• [Dataset records]

=== Section Start ===

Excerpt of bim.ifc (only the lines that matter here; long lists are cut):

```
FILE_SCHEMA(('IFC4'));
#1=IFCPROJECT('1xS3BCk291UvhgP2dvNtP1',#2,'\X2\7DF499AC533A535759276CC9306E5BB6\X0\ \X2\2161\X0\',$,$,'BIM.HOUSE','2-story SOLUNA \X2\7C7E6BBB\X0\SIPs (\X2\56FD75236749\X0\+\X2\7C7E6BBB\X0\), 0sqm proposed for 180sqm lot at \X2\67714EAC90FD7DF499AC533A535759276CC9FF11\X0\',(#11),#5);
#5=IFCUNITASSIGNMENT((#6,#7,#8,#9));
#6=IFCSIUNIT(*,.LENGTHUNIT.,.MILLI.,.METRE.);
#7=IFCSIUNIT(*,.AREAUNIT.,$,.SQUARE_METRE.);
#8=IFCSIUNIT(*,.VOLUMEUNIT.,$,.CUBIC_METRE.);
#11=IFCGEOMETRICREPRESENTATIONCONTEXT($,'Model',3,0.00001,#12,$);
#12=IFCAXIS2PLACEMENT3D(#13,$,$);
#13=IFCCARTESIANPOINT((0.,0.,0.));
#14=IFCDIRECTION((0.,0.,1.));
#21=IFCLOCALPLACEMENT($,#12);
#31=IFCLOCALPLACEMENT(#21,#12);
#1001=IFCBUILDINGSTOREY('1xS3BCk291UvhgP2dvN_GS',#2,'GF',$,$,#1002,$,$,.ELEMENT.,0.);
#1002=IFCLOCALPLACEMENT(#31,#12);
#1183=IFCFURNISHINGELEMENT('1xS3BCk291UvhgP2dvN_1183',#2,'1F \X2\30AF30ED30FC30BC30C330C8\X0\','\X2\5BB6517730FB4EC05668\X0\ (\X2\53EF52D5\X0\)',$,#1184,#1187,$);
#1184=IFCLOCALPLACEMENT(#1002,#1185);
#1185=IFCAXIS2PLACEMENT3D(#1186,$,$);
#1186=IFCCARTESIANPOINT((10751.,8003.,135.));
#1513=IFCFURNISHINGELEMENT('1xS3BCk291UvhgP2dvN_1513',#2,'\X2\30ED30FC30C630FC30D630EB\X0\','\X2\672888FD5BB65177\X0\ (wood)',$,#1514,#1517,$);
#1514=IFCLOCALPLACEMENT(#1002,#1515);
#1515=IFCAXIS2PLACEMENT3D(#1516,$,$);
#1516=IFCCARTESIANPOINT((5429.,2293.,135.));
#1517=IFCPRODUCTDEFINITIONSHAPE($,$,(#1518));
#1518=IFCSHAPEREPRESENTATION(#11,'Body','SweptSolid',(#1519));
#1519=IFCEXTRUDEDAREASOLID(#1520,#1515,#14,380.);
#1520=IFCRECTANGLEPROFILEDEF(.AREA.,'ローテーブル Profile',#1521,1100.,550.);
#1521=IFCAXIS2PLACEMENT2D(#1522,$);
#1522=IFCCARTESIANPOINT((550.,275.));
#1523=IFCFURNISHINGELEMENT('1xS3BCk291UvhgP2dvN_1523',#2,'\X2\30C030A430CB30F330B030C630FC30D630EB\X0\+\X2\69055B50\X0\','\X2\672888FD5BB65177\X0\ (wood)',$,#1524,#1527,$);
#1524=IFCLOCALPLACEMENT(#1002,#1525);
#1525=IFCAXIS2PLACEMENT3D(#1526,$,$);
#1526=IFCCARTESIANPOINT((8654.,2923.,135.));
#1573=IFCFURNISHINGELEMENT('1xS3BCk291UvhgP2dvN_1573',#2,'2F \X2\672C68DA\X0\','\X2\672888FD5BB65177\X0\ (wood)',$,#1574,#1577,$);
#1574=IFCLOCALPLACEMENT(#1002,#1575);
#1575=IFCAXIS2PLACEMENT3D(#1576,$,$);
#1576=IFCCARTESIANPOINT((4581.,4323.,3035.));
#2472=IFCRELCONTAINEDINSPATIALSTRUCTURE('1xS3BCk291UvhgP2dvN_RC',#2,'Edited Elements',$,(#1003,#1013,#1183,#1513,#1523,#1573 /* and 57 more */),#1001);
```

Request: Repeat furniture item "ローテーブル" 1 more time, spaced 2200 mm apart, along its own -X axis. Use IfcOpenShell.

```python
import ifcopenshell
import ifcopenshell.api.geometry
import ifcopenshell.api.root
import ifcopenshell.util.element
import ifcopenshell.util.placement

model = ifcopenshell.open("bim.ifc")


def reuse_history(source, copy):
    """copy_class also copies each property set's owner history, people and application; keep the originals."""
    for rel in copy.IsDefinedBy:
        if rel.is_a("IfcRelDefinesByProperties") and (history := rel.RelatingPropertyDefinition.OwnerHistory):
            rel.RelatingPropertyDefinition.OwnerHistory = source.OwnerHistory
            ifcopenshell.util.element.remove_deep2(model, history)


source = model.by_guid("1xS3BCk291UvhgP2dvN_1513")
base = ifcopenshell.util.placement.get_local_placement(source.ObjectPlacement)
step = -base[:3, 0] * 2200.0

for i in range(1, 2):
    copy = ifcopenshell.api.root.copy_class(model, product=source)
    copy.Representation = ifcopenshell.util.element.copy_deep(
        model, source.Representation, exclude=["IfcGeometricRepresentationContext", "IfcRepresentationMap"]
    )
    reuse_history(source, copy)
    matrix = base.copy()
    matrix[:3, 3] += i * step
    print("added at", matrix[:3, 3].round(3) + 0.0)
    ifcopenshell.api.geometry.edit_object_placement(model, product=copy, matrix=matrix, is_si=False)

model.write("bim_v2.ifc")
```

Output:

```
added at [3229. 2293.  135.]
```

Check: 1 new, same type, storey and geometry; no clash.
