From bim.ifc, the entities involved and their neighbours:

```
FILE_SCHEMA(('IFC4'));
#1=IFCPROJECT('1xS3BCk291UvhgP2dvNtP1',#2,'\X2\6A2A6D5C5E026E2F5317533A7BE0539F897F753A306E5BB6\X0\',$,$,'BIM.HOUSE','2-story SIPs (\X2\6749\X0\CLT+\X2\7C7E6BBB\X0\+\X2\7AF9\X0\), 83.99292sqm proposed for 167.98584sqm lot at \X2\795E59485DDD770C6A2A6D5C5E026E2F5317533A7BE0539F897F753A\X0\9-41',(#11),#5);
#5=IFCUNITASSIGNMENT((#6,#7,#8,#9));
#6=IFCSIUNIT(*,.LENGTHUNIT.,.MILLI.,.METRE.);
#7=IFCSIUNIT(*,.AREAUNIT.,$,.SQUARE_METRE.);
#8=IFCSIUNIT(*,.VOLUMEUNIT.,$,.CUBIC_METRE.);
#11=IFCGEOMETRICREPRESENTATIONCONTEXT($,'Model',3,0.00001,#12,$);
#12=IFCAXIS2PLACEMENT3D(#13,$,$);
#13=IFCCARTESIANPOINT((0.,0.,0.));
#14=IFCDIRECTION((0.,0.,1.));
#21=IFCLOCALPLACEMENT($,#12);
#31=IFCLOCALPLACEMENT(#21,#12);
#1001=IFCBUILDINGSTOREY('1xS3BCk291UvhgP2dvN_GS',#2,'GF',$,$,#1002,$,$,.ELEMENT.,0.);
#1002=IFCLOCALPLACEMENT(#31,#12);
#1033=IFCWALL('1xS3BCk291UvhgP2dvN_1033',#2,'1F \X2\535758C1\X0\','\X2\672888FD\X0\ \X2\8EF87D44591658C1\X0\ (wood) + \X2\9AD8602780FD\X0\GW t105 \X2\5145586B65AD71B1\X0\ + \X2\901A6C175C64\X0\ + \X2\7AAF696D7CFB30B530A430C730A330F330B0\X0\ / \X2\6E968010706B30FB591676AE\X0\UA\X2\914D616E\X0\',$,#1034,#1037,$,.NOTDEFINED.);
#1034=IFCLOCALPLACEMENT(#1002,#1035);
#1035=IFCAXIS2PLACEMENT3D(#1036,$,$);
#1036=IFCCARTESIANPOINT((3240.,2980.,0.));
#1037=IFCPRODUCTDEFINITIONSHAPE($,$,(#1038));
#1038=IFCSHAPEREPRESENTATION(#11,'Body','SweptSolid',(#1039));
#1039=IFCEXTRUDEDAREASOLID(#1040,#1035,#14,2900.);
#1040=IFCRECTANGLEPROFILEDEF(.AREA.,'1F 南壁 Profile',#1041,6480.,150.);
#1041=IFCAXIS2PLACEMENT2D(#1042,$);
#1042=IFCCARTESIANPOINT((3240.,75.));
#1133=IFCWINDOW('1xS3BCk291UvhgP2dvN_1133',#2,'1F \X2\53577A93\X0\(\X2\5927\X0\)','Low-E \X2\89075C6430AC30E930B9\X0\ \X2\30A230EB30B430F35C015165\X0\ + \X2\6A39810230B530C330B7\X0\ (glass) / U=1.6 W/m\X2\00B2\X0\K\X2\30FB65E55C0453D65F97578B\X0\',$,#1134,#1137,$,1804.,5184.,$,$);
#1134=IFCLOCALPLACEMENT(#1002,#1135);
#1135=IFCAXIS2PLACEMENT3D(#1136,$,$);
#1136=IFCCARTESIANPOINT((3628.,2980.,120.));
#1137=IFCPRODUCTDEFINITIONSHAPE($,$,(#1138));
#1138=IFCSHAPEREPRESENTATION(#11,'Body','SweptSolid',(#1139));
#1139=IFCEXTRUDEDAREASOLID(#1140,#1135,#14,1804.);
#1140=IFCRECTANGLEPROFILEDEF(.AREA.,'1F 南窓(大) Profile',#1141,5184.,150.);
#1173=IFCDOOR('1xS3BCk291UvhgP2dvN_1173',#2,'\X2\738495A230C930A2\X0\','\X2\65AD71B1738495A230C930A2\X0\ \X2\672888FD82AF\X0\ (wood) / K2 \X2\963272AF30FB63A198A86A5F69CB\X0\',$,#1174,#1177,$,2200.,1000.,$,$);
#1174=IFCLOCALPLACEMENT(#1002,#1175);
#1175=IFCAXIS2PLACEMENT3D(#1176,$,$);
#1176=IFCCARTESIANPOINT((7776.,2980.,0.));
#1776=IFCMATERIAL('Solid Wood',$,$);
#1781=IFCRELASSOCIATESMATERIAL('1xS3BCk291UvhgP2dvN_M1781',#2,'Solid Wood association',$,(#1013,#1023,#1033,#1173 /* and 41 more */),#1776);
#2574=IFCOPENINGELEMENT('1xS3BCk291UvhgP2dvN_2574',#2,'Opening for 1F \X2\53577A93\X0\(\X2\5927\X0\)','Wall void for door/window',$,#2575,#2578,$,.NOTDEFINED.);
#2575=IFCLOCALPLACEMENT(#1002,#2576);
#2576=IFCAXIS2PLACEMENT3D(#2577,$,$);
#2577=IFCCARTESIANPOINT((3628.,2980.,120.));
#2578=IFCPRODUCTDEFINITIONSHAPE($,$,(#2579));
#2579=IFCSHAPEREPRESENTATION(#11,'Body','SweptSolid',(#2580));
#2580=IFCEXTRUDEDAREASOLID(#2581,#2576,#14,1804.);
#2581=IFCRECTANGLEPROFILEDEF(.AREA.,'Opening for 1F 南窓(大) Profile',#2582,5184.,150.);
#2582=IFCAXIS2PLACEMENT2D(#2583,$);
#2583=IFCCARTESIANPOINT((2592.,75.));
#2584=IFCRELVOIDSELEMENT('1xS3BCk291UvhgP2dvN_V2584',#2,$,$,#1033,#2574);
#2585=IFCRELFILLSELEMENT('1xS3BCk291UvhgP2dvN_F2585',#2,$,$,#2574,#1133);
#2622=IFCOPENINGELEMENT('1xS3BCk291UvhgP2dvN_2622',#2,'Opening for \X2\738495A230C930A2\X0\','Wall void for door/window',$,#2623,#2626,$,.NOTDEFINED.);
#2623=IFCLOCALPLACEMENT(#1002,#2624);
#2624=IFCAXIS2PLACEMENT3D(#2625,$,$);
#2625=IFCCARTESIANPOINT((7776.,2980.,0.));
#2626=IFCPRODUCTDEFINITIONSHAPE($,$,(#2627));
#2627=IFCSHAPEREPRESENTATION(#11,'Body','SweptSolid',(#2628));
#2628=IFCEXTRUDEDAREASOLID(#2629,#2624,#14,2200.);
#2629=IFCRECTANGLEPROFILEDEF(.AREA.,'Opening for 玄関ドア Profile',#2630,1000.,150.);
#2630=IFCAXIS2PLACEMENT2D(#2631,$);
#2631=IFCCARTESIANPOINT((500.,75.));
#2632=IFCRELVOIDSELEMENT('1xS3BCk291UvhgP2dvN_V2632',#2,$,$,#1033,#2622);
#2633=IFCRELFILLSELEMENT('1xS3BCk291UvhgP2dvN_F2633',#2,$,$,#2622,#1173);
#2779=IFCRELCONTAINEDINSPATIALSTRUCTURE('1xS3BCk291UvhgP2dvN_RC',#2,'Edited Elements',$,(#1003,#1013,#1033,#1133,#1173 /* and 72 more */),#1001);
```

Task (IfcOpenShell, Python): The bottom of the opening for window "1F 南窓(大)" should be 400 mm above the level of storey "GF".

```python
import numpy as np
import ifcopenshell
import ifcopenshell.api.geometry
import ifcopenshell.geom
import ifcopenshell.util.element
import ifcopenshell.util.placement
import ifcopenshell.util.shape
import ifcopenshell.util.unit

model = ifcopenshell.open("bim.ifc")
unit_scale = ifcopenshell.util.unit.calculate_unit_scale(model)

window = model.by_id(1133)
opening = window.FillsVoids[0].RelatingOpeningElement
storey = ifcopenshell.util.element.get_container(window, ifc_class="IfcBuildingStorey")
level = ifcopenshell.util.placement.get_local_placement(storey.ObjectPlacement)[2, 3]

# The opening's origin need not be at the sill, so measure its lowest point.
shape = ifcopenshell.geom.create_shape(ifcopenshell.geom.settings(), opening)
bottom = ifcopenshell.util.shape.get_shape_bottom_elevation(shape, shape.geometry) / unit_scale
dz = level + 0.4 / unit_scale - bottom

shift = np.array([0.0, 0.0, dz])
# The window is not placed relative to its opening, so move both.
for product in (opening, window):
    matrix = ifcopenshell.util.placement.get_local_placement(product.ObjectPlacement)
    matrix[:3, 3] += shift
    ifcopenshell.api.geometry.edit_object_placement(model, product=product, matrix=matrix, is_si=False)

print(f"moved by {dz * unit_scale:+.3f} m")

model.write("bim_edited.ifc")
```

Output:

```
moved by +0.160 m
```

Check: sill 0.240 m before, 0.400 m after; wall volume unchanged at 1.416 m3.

=== Section End ===

• [What to produce]
Write out every line of the entries that holds the word "IFCFURNISHINGELEMENT".

• [Output]
#1183=IFCFURNISHINGELEMENT('1xS3BCk291UvhgP2dvN_1183',#2,'1F \X2\30AF30ED30FC30BC30C330C8\X0\','\X2\5BB6517730FB4EC05668\X0\ (\X2\53EF52D5\X0\)',$,#1184,#1187,$);
#1513=IFCFURNISHINGELEMENT('1xS3BCk291UvhgP2dvN_1513',#2,'\X2\30ED30FC30C630FC30D630EB\X0\','\X2\672888FD5BB65177\X0\ (wood)',$,#1514,#1517,$);
#1523=IFCFURNISHINGELEMENT('1xS3BCk291UvhgP2dvN_1523',#2,'\X2\30C030A430CB30F330B030C630FC30D630EB\X0\+\X2\69055B50\X0\','\X2\672888FD5BB65177\X0\ (wood)',$,#1524,#1527,$);
#1573=IFCFURNISHINGELEMENT('1xS3BCk291UvhgP2dvN_1573',#2,'2F \X2\672C68DA\X0\','\X2\672888FD5BB65177\X0\ (wood)',$,#1574,#1577,$);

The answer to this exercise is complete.